# AIM OF THE EXERCISE
Pull each line containing "IFCLABEL" out of the data and copy it.

# GIVEN RECORDS
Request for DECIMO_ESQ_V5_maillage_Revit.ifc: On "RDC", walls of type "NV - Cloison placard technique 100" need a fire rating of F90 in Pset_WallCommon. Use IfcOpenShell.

First a look at what the model holds.

```python
import ifcopenshell
import ifcopenshell.util.element

model = ifcopenshell.open("DECIMO_ESQ_V5_maillage_Revit.ifc")
print(model.schema)
storey = next(s for s in model.by_type("IfcBuildingStorey") if s.Name == "RDC")
walls = [e for e in ifcopenshell.util.element.get_decomposition(storey) if e.is_a("IfcWall")]
seen = {}
for e in walls:
    element_type = ifcopenshell.util.element.get_type(e)
    key = (element_type.Name if element_type != e and element_type else None, ifcopenshell.util.element.get_pset(e, "Pset_WallCommon", "FireRating"))
    seen[key] = seen.get(key, 0) + 1
for (name, value), count in sorted(seen.items(), key=str):
    print(count, "x", name, "|", value)
```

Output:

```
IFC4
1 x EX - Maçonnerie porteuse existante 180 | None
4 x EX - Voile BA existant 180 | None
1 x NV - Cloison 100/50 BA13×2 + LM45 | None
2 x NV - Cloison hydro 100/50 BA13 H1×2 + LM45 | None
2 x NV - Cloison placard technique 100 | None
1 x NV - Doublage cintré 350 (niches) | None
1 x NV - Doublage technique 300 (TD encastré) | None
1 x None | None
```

```python
import ifcopenshell
import ifcopenshell.api.pset
import ifcopenshell.util.element

model = ifcopenshell.open("DECIMO_ESQ_V5_maillage_Revit.ifc")

storey = next(s for s in model.by_type("IfcBuildingStorey") if s.Name == "RDC")
walls = [e for e in ifcopenshell.util.element.get_decomposition(storey) if e.is_a("IfcWall")]

count = 0
for e in walls:
    element_type = ifcopenshell.util.element.get_type(e)
    if element_type in (None, e) or element_type.Name != "NV - Cloison placard technique 100":
        continue
    # add_pset returns the element's existing set when there is one.
    pset = ifcopenshell.api.pset.add_pset(model, product=e, name="Pset_WallCommon")
    ifcopenshell.api.pset.edit_pset(model, pset=pset, properties={"FireRating": "F90"})
    count += 1

print(count, "walls updated")

model.write("DECIMO_ESQ_V5_maillage_Revit_edited.ifc")
```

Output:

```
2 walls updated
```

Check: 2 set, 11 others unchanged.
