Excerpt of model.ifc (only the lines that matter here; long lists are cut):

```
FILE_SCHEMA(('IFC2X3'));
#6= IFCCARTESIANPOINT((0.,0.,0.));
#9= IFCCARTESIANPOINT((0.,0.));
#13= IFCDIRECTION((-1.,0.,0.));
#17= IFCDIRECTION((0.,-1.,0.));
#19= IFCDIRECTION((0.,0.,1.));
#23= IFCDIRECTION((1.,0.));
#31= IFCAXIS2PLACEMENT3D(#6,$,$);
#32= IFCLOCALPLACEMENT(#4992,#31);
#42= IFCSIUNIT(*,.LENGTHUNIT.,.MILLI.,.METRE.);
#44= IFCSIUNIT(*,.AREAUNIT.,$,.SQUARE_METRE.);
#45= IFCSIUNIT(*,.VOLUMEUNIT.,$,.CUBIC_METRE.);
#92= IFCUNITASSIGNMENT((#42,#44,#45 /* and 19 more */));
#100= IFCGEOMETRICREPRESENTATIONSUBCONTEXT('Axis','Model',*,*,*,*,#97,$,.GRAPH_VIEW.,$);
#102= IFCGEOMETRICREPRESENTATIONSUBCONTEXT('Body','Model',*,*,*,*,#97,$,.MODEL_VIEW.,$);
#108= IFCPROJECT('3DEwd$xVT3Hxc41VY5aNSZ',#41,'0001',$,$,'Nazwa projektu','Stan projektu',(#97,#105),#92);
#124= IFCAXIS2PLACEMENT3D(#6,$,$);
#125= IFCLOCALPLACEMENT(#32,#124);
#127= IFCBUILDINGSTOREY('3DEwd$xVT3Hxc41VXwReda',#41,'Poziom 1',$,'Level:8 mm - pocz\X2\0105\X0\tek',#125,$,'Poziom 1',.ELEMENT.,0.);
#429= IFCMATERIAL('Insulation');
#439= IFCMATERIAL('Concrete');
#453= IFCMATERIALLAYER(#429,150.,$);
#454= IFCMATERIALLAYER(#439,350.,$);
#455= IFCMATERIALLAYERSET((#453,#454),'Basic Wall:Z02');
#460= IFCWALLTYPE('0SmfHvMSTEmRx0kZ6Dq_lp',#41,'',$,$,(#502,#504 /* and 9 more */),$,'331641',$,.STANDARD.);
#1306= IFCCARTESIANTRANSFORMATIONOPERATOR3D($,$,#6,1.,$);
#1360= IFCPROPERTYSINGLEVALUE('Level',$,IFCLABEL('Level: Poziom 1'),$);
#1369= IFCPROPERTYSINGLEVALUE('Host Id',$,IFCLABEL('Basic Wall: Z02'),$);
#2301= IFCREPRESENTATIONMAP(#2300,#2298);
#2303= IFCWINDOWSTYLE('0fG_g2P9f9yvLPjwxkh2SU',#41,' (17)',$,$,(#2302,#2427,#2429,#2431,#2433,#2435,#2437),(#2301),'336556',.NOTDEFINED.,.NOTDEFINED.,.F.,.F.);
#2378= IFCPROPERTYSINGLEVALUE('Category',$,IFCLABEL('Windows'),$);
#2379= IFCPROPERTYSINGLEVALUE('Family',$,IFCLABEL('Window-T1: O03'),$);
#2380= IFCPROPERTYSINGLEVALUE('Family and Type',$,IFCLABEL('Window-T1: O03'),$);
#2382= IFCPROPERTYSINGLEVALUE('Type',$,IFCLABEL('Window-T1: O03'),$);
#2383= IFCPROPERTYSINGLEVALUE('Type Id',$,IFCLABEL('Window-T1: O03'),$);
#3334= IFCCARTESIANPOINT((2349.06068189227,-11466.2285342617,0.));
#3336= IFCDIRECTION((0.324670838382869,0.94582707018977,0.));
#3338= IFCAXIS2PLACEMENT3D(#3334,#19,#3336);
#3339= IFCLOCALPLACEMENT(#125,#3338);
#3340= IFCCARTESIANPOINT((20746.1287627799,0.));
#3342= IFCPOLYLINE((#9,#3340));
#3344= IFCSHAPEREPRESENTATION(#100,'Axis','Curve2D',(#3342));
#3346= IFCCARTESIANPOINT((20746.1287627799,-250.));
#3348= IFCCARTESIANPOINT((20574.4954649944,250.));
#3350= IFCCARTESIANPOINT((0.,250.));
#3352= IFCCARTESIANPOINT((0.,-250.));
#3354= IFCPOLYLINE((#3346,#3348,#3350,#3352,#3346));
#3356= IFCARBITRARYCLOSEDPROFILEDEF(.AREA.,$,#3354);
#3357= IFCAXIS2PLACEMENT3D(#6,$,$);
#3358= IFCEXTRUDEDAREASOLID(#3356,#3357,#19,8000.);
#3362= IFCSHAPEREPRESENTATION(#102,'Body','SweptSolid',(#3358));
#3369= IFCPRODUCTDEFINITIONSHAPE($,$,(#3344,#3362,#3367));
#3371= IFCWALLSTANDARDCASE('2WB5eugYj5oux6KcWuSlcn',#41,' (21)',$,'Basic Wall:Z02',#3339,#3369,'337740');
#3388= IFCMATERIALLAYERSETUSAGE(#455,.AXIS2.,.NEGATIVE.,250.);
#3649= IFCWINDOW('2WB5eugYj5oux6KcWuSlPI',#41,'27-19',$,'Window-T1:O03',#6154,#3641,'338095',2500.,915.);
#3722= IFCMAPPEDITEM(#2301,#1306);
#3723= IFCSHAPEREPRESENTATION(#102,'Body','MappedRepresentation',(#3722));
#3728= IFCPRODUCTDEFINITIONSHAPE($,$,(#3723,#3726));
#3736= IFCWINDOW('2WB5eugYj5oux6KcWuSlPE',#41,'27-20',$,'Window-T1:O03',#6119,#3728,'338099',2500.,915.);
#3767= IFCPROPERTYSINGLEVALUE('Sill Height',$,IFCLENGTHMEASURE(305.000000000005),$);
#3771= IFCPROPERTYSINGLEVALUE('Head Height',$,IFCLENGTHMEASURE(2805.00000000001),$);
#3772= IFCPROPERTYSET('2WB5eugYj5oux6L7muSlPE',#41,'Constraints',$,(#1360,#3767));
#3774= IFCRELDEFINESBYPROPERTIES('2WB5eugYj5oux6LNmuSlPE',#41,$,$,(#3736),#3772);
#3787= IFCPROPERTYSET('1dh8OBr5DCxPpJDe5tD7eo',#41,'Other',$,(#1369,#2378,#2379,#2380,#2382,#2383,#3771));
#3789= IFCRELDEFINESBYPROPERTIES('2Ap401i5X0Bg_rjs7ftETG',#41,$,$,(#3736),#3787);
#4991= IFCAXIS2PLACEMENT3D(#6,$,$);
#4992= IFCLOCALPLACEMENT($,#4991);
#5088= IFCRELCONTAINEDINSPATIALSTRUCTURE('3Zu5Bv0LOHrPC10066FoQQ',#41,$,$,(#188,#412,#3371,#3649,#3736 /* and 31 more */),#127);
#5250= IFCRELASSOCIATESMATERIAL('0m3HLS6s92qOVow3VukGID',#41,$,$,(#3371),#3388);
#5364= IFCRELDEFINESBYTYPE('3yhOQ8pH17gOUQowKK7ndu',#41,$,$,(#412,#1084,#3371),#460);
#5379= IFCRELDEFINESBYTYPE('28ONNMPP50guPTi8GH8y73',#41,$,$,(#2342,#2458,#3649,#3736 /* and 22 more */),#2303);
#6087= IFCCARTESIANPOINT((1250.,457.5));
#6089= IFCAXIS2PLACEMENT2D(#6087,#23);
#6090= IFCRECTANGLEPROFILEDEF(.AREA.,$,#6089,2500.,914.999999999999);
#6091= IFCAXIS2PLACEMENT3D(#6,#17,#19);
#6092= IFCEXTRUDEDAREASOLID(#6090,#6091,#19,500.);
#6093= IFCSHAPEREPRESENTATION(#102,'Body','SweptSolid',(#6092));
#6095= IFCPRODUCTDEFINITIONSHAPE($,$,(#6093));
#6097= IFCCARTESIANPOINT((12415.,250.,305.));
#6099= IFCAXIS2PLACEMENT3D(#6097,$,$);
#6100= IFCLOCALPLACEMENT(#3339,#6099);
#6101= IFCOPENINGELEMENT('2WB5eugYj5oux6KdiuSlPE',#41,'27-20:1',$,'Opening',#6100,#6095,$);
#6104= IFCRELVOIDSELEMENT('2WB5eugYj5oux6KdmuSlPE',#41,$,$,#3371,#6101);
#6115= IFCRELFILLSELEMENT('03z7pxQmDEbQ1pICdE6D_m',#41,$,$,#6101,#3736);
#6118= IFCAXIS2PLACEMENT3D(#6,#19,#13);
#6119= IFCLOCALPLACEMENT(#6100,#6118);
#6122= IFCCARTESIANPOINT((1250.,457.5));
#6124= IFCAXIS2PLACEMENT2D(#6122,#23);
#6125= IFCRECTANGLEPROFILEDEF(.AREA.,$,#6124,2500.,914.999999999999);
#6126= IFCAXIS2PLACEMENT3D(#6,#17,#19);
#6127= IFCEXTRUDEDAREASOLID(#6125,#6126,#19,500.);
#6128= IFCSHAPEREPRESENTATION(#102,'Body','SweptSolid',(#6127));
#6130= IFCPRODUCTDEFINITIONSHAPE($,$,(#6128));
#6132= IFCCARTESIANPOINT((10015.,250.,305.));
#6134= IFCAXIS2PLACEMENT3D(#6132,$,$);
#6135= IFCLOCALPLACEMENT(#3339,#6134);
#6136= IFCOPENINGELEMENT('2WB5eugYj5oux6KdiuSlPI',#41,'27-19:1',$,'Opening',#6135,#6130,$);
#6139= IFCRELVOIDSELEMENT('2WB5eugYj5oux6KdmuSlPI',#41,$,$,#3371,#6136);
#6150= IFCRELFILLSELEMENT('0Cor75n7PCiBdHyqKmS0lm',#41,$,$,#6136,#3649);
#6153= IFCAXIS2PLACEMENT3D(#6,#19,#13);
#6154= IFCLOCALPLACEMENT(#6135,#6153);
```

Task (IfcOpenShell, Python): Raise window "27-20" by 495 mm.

```python
import numpy as np
import ifcopenshell
import ifcopenshell.api.geometry
import ifcopenshell.api.pset
import ifcopenshell.util.element
import ifcopenshell.util.placement
import ifcopenshell.util.unit

model = ifcopenshell.open("model.ifc")
unit_scale = ifcopenshell.util.unit.calculate_unit_scale(model)

window = model.by_guid("2WB5eugYj5oux6KcWuSlPE")
opening = window.FillsVoids[0].RelatingOpeningElement
dz = 495.0

shift = np.array([0.0, 0.0, dz])
# The window is placed relative to its opening, so it follows when the opening moves.
matrix = ifcopenshell.util.placement.get_local_placement(opening.ObjectPlacement)
matrix[:3, 3] += shift
ifcopenshell.api.geometry.edit_object_placement(
    model, product=opening, matrix=matrix, is_si=False, should_transform_children=True
)

# Keep the stored heights in step.
pset = model.by_id(ifcopenshell.util.element.get_pset(window, "Constraints", should_inherit=False)["id"])
ifcopenshell.api.pset.edit_pset(model, pset=pset, properties={
    "Sill Height": model.create_entity("IfcLengthMeasure", ifcopenshell.util.element.get_pset(window, "Constraints", "Sill Height") + dz),
})
pset = model.by_id(ifcopenshell.util.element.get_pset(window, "Other", should_inherit=False)["id"])
ifcopenshell.api.pset.edit_pset(model, pset=pset, properties={
    "Head Height": model.create_entity("IfcLengthMeasure", ifcopenshell.util.element.get_pset(window, "Other", "Head Height") + dz),
})

print(f"moved by {dz * unit_scale:+.3f} m")

model.write("model_rev.ifc")
```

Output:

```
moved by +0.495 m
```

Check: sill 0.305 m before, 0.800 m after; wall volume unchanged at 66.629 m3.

# EXERCISE SOLUTION
#1360= IFCPROPERTYSINGLEVALUE('Level',$,IFCLABEL('Level: Poziom 1'),$);
#1369= IFCPROPERTYSINGLEVALUE('Host Id',$,IFCLABEL('Basic Wall: Z02'),$);
#2378= IFCPROPERTYSINGLEVALUE('Category',$,IFCLABEL('Windows'),$);
#2379= IFCPROPERTYSINGLEVALUE('Family',$,IFCLABEL('Window-T1: O03'),$);
#2380= IFCPROPERTYSINGLEVALUE('Family and Type',$,IFCLABEL('Window-T1: O03'),$);
#2382= IFCPROPERTYSINGLEVALUE('Type',$,IFCLABEL('Window-T1: O03'),$);
#2383= IFCPROPERTYSINGLEVALUE('Type Id',$,IFCLABEL('Window-T1: O03'),$);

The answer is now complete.